И этот удивительный город продолжал что-то делать даже с ними.
Без каких-либо недомолвок или неопределенностей позволю себе не разделять убеждений и представлений любой коммунистической группировки. Позволю себе также не сочувствовать судьбе членов любой такой группировки и считать их гибель от руки своих же — проявлением Промысла Божьего. Но все же — какие интересные вещи происходят в Санкт-Петербурге!
Поразительно, но и евреи, хлынувшие в бывшую столицу во время Первой мировой войны, а особенно после Декрета об «угнетенных народах», во всей полноте испытали на себе действие Петербурга. В дореволюционной России еврей, чтобы покинуть «черту оседлости», вынужден был выкрещиваться. Хотя бы формально, лицемерно, но он становился православным, человеком христианского мира. В советское время не нужно было ничего изображать, ни во что включаться и ничему, кроме марксизма, не являть лояльность.
Но странное дело: проходит лишь два-три поколения, и приходится признать, что питерские евреи превратились в довольно заурядный, не очень выделяющийся и все более ассимилирующийся субэтнос русского суперэтноса. Есть, конечно, патологические исключения — хотя бы Ю. Герман с его славословиями в адрес Дзержинского и неимоверно проституточными книжками, славящими «органы», может рассматриваться как еврей, приложивший поистине титанические усилия для того, чтобы быть только и исключительно «советским» и не иметь отношения решительно ни к чему русскому или российскому. Но не могут же выродки определять суть идущих процессов.

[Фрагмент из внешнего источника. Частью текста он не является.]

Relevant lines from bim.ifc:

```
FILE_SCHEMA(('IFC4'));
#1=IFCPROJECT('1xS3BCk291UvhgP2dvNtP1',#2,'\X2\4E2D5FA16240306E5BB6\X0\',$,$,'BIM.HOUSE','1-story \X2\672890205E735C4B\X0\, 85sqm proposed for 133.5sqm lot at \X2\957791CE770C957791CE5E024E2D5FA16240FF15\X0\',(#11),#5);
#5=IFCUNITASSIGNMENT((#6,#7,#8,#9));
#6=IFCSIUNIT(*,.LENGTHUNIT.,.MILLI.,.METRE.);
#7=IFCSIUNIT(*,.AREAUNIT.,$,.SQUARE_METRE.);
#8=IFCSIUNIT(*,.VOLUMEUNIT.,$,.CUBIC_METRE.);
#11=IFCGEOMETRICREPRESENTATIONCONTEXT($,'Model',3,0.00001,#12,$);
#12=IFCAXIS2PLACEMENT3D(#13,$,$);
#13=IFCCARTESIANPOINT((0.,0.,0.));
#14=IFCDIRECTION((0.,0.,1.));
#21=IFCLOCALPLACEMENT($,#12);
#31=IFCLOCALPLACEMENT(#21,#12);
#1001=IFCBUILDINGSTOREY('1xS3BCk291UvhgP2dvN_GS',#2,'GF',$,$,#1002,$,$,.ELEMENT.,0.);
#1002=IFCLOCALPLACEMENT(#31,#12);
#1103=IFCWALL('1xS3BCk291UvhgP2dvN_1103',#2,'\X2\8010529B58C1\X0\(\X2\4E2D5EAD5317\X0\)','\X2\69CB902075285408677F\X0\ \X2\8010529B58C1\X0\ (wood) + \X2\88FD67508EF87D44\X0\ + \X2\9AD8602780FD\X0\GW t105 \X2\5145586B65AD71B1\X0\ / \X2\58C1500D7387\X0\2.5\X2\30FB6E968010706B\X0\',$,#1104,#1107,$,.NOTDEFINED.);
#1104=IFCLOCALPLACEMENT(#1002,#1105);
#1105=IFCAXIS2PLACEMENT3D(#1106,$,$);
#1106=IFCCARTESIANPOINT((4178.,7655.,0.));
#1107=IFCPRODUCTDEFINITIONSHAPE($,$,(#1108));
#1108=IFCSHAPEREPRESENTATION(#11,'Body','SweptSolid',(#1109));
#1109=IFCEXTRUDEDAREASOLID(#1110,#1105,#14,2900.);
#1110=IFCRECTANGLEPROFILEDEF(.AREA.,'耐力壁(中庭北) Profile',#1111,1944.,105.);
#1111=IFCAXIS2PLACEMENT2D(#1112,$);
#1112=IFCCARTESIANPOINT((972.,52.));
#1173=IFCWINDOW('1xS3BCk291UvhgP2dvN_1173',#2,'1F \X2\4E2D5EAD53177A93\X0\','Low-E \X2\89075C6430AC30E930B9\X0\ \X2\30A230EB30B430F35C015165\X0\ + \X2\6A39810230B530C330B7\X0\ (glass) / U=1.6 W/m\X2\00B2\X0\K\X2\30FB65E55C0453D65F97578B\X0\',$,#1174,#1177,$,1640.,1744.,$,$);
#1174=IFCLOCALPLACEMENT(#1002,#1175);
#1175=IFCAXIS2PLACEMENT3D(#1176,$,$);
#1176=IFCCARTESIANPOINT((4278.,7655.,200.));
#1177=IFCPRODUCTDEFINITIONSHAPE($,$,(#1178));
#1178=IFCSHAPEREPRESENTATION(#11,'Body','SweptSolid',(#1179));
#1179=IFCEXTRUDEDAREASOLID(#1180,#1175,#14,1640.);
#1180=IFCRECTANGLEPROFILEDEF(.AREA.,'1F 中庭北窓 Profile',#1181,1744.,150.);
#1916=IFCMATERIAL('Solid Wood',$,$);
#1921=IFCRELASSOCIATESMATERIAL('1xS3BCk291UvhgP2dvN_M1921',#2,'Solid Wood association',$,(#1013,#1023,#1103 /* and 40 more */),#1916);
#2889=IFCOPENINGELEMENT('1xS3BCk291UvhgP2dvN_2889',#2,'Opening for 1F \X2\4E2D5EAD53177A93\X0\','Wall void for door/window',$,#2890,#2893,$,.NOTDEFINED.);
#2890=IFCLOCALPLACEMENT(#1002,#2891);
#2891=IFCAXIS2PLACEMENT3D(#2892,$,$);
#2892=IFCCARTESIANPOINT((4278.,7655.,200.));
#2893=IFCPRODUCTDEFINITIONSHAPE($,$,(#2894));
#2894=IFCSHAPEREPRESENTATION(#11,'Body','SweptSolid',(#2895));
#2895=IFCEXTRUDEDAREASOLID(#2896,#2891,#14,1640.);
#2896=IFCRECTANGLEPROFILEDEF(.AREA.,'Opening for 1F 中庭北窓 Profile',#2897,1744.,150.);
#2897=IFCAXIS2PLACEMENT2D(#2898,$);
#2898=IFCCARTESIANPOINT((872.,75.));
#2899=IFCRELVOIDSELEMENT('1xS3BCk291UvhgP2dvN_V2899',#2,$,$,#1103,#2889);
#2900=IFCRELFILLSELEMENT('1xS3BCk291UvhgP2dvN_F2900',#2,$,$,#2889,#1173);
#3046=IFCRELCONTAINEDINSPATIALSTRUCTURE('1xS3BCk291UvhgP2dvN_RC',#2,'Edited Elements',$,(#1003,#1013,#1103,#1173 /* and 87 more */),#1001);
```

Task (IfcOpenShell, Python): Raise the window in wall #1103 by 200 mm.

```python
import numpy as np
import ifcopenshell
import ifcopenshell.api.geometry
import ifcopenshell.util.placement
import ifcopenshell.util.unit

model = ifcopenshell.open("bim.ifc")
unit_scale = ifcopenshell.util.unit.calculate_unit_scale(model)

window = model.by_guid("1xS3BCk291UvhgP2dvN_1173")
opening = window.FillsVoids[0].RelatingOpeningElement
dz = 0.2 / unit_scale

shift = np.array([0.0, 0.0, dz])
# The window is not placed relative to its opening, so move both.
for product in (opening, window):
    matrix = ifcopenshell.util.placement.get_local_placement(product.ObjectPlacement)
    matrix[:3, 3] += shift
    ifcopenshell.api.geometry.edit_object_placement(model, product=product, matrix=matrix, is_si=False)

print(f"moved by {dz * unit_scale:+.3f} m")

model.write("bim_rev.ifc")
```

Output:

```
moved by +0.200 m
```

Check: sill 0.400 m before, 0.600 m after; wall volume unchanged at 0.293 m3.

Конечно, и немцы, и латыши, и даже пленные шведы и французы порой входили в число петербуржских жителей. Но все же это были люди хоть и из разных частей — но общего, христианского мира; люди, объединяемые с русскими хотя бы самыми общими элементами культурного кода.
Осмелюсь напомнить, что очень многие из евреев не только не имели, но и не хотели иметь ничего общего с Россией; чувства причастности к русской истории или к достижениям русской культуры не испытывали. Советскими властями, а порой и в семьях воспитывались они на представлениях о дикости и отсталости России до большевиков, на ненависти к ее исторической традиции. Многие из евреев, наполнивших Петербург, к тому же имели основания для личной ненависти к России, погубившей их близких. В Петербурге эти люди оказались случайно, просто бежали из охваченной погромами Галиции или Волыни, прибивались к крупному, яркому городу… А их внуки стали петербуржцами.
Как Александр Городницкий, прославивший в своих песнях Санкт-Петербург и весь петербургский период русской истории. Как Лев Клейн, едва ли не ведущий из петербургских археологов. Как известнейший ученый Эрик Слепян. Как культуролог Моисей Коган. Как… Но нет, слишком долго перечислять. Силен же город!
В 1939–1940 годах, вопреки всем депортациям и расстрелам, в Петербурге жило, по крайней мере, тысяч триста прежних жителей — тех, кто обитал в нем до «эпохи исторического материализма». Трудно сказать, кто больше раздражал властей предержащих — эти люди и их потомки или же новые поселенцы, удивительным образом начинавшие вести себя так же, как прежние жители.
Во всяком случае, власти предприняли действия, которые понимать можно только одним способом: как сознательное и последовательное убийство города.
При советской власти полагалось считать, что Бадаевские склады с запасами продовольствия разбомбила авиация нацистов. Это — официальная версия.
Но старожилы города не раз рассказывали мне, что в тот день район Бадаевских складов практически не бомбили.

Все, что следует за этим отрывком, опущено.